Dataset entries
※ ※ ※
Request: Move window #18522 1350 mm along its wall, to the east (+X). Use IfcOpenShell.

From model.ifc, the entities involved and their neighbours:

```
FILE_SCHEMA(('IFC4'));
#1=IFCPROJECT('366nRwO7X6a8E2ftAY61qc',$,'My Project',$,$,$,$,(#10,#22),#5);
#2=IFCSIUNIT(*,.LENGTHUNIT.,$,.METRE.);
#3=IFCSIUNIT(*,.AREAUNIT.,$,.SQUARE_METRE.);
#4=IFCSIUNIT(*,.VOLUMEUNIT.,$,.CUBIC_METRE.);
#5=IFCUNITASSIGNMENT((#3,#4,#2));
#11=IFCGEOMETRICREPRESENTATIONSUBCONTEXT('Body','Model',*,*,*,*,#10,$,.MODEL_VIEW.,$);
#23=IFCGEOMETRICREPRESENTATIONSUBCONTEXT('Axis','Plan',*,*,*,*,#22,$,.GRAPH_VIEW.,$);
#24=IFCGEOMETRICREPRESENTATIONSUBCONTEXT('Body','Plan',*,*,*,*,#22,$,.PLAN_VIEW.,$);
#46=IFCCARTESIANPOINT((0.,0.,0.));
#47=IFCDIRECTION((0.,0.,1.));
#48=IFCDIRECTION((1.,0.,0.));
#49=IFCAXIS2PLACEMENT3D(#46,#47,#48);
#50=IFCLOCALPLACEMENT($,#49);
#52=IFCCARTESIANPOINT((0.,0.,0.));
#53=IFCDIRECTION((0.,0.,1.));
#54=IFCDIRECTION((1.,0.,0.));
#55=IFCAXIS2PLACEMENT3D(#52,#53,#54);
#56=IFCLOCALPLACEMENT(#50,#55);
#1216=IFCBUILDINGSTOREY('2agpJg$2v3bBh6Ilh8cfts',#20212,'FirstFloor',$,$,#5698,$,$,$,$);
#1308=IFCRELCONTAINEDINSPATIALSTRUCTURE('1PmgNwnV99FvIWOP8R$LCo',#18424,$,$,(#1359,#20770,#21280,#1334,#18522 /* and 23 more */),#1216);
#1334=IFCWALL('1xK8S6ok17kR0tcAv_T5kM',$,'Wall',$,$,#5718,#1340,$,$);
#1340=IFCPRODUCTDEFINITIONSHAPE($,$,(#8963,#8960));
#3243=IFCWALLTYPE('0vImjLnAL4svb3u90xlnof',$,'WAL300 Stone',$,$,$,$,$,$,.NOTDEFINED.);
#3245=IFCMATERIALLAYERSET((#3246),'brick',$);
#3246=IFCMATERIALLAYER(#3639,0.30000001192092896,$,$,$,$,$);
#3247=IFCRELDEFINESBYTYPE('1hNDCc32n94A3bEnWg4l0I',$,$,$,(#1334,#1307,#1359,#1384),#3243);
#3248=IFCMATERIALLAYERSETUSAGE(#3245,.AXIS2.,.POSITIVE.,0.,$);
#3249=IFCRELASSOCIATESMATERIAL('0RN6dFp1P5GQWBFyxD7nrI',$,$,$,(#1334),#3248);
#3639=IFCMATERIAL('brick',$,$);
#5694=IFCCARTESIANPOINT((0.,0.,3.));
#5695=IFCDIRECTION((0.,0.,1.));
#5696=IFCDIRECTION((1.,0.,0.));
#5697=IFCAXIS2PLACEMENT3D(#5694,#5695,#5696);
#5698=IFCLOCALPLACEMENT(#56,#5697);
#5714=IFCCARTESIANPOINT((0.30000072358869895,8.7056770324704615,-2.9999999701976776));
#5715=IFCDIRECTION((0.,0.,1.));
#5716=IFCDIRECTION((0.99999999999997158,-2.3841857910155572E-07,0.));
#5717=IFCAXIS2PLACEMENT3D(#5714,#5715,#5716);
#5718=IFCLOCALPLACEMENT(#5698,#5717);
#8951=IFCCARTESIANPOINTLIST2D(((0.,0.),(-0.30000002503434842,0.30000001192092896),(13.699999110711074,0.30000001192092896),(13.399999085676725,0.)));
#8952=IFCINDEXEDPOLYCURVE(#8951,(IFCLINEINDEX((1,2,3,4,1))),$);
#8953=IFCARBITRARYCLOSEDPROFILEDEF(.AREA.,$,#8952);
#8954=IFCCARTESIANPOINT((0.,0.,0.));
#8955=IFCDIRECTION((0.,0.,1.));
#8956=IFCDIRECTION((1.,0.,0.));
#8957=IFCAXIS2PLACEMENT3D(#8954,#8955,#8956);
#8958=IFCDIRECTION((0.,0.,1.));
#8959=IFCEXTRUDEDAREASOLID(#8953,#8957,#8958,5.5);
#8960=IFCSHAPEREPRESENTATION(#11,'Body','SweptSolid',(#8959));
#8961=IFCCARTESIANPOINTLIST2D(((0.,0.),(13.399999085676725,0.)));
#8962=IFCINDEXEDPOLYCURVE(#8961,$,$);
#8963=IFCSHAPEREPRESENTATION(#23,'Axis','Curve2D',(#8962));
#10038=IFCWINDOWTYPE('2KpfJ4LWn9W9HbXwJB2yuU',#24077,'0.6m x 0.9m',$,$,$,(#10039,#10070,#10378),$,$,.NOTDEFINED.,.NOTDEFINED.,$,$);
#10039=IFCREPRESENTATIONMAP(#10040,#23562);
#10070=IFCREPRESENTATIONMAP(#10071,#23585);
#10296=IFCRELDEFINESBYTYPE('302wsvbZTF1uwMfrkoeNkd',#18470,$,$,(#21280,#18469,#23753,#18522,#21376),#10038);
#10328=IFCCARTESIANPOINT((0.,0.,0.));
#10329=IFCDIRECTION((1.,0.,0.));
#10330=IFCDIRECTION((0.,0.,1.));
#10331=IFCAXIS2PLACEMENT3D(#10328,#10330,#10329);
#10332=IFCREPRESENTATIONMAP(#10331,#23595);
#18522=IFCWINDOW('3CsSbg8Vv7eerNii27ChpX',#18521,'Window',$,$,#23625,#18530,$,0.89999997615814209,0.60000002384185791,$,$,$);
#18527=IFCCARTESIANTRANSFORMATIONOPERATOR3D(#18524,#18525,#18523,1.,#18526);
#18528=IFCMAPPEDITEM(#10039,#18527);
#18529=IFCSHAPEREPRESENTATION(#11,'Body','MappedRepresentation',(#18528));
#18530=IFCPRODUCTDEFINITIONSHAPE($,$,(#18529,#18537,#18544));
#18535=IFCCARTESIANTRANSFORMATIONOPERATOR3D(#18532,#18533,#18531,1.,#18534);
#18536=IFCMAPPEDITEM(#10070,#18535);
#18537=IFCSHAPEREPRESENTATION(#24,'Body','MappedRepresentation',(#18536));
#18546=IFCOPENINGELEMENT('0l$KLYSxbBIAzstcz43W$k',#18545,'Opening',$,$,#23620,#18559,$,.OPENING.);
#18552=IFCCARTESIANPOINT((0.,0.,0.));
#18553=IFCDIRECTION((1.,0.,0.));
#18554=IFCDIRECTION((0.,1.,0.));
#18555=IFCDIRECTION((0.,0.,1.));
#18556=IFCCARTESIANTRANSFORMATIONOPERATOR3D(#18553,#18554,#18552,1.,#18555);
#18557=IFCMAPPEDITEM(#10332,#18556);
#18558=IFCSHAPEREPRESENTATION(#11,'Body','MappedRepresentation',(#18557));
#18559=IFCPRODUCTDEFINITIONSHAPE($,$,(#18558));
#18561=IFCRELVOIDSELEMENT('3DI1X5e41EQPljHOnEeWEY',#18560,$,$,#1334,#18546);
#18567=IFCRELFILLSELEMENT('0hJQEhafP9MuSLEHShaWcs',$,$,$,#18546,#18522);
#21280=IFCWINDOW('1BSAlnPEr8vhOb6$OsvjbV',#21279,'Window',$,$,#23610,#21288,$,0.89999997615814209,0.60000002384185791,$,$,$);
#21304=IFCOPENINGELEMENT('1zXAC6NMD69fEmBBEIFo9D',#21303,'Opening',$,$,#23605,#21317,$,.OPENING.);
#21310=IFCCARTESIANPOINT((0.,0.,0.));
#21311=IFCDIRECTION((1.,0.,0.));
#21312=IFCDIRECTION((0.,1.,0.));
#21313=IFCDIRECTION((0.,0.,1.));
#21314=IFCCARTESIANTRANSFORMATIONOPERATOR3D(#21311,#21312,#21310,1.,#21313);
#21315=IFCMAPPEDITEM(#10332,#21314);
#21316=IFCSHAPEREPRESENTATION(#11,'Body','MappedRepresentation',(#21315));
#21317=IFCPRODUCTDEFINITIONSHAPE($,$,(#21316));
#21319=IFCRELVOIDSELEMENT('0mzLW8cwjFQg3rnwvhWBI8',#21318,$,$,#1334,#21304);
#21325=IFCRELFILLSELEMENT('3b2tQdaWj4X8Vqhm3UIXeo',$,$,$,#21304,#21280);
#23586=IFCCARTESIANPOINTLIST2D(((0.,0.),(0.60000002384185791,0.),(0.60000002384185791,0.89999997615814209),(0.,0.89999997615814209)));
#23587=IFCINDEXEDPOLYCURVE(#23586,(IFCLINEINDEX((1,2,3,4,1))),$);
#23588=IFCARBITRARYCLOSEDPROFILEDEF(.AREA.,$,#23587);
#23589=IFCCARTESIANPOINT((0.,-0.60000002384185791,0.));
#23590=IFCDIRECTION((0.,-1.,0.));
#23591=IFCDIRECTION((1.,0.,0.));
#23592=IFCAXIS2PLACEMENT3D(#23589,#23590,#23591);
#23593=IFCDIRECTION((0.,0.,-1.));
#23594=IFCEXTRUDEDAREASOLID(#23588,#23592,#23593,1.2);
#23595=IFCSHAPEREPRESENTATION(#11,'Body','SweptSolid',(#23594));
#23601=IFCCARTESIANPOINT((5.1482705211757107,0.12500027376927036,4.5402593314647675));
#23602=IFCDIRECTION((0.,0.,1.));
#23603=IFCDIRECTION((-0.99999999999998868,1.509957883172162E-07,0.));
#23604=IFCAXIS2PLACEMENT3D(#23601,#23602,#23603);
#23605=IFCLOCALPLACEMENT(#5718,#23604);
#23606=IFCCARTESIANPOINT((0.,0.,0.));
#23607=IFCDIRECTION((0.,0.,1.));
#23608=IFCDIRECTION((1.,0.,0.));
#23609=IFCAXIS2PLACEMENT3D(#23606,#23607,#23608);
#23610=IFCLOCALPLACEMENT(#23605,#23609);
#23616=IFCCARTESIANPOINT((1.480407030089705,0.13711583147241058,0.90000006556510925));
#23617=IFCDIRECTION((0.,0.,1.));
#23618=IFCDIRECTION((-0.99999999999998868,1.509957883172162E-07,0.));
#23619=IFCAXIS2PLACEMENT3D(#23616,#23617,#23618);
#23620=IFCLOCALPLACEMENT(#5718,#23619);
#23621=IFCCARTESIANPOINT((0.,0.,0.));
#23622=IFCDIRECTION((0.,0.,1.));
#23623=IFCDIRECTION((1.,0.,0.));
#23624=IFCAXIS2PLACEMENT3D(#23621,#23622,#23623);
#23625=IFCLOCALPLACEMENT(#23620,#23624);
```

```python
import ifcopenshell
import ifcopenshell.api.geometry
import ifcopenshell.util.placement

model = ifcopenshell.open("model.ifc")

window = model.by_id(18522)
opening = window.FillsVoids[0].RelatingOpeningElement
wall = opening.VoidsElements[0].RelatingBuildingElement

wall_matrix = ifcopenshell.util.placement.get_local_placement(wall.ObjectPlacement)
shift = wall_matrix[:3, 0] * 1.35
before = ifcopenshell.util.placement.get_local_placement(window.ObjectPlacement)[:3, 3].copy()

# The window is placed relative to its opening, so it follows when the opening moves.
matrix = ifcopenshell.util.placement.get_local_placement(opening.ObjectPlacement)
matrix[:3, 3] += shift
ifcopenshell.api.geometry.edit_object_placement(
    model, product=opening, matrix=matrix, is_si=False, should_transform_children=True
)

after = ifcopenshell.util.placement.get_local_placement(window.ObjectPlacement)[:3, 3]
print("window moved by", (after - before).round(3) + 0.0)

model.write("model_v2.ifc")
```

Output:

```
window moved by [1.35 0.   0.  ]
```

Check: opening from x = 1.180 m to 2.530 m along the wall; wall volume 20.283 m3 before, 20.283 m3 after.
※ ※ ※
» **Your instructions**
Of the lines above, show those in which "IFCGEOMETRICREPRESENTATIONSUBCONTEXT" appears.

» **Exercise solution**
#11=IFCGEOMETRICREPRESENTATIONSUBCONTEXT('Body','Model',*,*,*,*,#10,$,.MODEL_VIEW.,$);
#23=IFCGEOMETRICREPRESENTATIONSUBCONTEXT('Axis','Plan',*,*,*,*,#22,$,.GRAPH_VIEW.,$);
#24=IFCGEOMETRICREPRESENTATIONSUBCONTEXT('Body','Plan',*,*,*,*,#22,$,.PLAN_VIEW.,$);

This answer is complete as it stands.